Nezara Viridula fece una smorfia inorridita: – Ah, no grazie, avrei troppa paura, però quando la corrente sarà cessata una gitarella sul nuovo pianeta la farei volentieri. È sicuro quel cunicolo? Lo avete stabilizzato?
Le infinite obiezioni della dama fecero sorridere il maturo ufficiale. – Sì, certamente, e ora che abbiamo le coordinate del nastro al capo opposto potremo crearne anche uno molto più agevole e accogliente: solo allora comincerà la colonizzazione vera e propria, perché il passaggio attuale è decisamente poco raccomandabile per i civili.
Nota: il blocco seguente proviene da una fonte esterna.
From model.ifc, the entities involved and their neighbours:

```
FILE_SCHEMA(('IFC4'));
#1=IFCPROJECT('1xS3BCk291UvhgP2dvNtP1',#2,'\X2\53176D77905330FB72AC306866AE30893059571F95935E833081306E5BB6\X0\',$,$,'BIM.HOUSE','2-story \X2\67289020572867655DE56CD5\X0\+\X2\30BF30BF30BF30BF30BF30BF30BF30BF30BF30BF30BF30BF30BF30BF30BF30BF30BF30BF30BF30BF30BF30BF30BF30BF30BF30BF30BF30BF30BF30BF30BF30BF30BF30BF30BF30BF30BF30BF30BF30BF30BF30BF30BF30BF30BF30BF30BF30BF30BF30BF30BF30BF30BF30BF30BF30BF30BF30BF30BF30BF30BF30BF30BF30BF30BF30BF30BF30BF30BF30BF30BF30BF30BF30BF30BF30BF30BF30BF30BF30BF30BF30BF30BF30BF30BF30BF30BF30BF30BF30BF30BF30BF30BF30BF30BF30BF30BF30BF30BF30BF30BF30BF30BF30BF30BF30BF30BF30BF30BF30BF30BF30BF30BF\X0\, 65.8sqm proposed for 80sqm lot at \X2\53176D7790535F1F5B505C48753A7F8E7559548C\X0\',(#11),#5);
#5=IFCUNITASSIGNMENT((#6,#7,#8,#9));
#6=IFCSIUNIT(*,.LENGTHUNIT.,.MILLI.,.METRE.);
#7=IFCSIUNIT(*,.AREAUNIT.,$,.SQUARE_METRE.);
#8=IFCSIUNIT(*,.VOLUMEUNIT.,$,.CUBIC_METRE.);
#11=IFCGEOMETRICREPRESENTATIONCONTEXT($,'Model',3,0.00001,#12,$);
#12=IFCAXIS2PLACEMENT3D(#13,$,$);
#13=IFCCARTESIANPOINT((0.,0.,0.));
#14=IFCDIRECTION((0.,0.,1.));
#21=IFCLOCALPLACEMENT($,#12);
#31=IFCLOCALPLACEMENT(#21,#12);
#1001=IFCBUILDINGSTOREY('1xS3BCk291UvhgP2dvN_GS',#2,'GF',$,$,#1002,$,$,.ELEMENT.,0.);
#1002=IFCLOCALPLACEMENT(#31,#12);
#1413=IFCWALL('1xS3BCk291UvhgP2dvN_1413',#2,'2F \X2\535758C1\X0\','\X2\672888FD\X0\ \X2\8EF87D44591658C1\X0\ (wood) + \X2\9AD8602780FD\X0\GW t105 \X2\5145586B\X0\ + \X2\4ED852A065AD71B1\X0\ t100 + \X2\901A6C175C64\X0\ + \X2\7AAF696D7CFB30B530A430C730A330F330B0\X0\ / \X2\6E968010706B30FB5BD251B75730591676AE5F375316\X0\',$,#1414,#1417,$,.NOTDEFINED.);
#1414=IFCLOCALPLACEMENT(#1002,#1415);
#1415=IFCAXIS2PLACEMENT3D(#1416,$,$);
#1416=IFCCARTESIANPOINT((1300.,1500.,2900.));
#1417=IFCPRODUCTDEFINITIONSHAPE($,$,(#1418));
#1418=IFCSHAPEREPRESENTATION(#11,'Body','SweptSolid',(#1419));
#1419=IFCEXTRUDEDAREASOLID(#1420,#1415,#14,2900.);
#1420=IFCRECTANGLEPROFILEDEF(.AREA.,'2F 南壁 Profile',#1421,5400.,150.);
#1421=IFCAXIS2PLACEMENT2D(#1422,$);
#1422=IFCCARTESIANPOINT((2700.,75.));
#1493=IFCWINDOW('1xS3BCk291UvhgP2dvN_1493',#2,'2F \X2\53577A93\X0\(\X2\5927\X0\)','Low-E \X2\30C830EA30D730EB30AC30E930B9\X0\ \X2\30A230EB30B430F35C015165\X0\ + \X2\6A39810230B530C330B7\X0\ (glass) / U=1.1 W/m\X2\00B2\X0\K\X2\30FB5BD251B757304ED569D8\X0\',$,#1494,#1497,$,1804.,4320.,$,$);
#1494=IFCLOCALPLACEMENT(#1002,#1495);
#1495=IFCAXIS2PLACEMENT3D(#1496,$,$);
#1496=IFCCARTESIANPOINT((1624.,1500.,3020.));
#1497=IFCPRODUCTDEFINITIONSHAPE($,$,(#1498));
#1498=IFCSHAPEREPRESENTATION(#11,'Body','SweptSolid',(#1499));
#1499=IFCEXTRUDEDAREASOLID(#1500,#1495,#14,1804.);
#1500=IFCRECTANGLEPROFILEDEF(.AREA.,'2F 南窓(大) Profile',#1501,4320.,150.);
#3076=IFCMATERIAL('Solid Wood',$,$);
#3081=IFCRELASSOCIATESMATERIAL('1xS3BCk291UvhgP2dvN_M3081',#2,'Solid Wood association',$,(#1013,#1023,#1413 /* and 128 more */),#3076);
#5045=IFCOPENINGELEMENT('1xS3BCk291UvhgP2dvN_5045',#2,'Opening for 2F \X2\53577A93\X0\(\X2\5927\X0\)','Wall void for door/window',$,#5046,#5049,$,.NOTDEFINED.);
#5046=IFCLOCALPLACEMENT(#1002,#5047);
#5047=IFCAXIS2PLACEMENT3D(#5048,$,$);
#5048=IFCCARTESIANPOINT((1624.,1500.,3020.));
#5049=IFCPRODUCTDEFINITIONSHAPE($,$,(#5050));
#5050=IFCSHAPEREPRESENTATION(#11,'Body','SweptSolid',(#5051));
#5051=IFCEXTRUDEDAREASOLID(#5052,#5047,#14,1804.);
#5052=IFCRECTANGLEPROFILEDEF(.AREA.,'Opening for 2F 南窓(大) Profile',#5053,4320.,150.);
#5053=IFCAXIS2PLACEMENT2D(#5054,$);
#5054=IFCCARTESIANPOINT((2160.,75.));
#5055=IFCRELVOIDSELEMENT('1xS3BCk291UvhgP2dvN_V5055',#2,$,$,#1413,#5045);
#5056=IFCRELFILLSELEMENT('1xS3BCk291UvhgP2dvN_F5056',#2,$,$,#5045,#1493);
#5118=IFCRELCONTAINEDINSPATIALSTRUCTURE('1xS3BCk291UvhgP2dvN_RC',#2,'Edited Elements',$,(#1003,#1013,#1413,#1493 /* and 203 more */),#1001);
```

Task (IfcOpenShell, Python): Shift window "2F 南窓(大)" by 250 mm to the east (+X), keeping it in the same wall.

```python
import ifcopenshell
import ifcopenshell.api.geometry
import ifcopenshell.util.placement
import ifcopenshell.util.unit

model = ifcopenshell.open("model.ifc")
unit_scale = ifcopenshell.util.unit.calculate_unit_scale(model)

window = model.by_guid("1xS3BCk291UvhgP2dvN_1493")
opening = window.FillsVoids[0].RelatingOpeningElement
wall = opening.VoidsElements[0].RelatingBuildingElement

wall_matrix = ifcopenshell.util.placement.get_local_placement(wall.ObjectPlacement)
shift = wall_matrix[:3, 0] * 0.25 / unit_scale
before = ifcopenshell.util.placement.get_local_placement(window.ObjectPlacement)[:3, 3].copy()

# The window is not placed relative to its opening, so move both.
for product in (opening, window):
    matrix = ifcopenshell.util.placement.get_local_placement(product.ObjectPlacement)
    matrix[:3, 3] += shift
    ifcopenshell.api.geometry.edit_object_placement(model, product=product, matrix=matrix, is_si=False)

after = ifcopenshell.util.placement.get_local_placement(window.ObjectPlacement)[:3, 3]
print("window moved by", (after - before).round(3) + 0.0)

model.write("model_edited.ifc")
```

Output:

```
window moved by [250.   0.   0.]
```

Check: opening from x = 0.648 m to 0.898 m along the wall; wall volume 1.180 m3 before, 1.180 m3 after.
E comunque mi meraviglio ancora che quei primitivi siano riusciti a crearlo: come specie sono del tutto incapaci di compiere salti spaziotemporali e nessuno è ancora riuscito a capire quale diavoleria abbiano escogitato per aprire il tunnel. Se sono stati veramente loro a stabilire il collegamento e i nostri scienziati non hanno preso un abbaglio, allora devono averlo fatto per pura disperazione. Se fossi un ricercatore, non escluderei la possibilità che a crearlo siano state quelle simpatiche cimici, per quanto minuscole, ma per ora la tesi del canale di sfogo è in effetti la più accreditata. Io posso anche ammettere che sia verosimile, però in tal caso direi che una cosa è certa: chiunque di quei barbari abbia aperto il cunicolo è stato fortunato a non allacciarsi a un punto qualsiasi dello spazio siderale. Se il collegamento non fosse stato stabilito con un pianeta dotato della stessa atmosfera e della stessa pressione, sarebbero stati risucchiati in un istante nel vuoto assoluto. Ma forse quegli ignoranti non si sono nemmeno resi conto del rischio che correvano e della fortuna sfacciata che hanno avuto a raggiungere l’effetto desiderato. Per non parlare dell’opportunità di essere educati da una specie superiore che ha potuto portare il benessere nel loro mondo. Noi di sicuro un pianeta così remoto non lo avremmo mai trovato per caso.
– Certo che rispetto a loro non siamo stati altrettanto fortunati: se penso a quest’afa insopportabile… – Il giorno avanzava e Lady Viridula, che aveva iniziato ad accusare gli effetti della canicola, si sventagliava ansimante.
– Oh, cara, ma un minimo di sacrificio è indispensabile per sostenere l’onere della missione civilizzatrice: pensate a quelle povere cimici che sono venute per prime sul nostro pianeta, a quei poveri esserini inoffensivi ridotti allo stremo dalle polveri tossiche di un branco di mollicci bipedi mammiferi senza un briciolo di senno!
Senza smettere di farsi aria, Lady Viridula si placò la sete succhiando fino in fondo la polpa di un’altra albicocca, poi dopo un istante di riflessione annuì: – Mi avete convinta: appena il cunicolo nuovo sarà pronto vi farò avere una nidiata di pupe. Nel frattempo volete gradire i servizi della casa?
A un cenno d’assenso soddisfatto e trepidante del maggiore, la dama verde smeraldo chiamò le ninfe a raccolta e l’ufficiale si allontanò assieme a una deliziosa giovane alla prima muta dalla livrea nera ricoperta di puntini bianchi.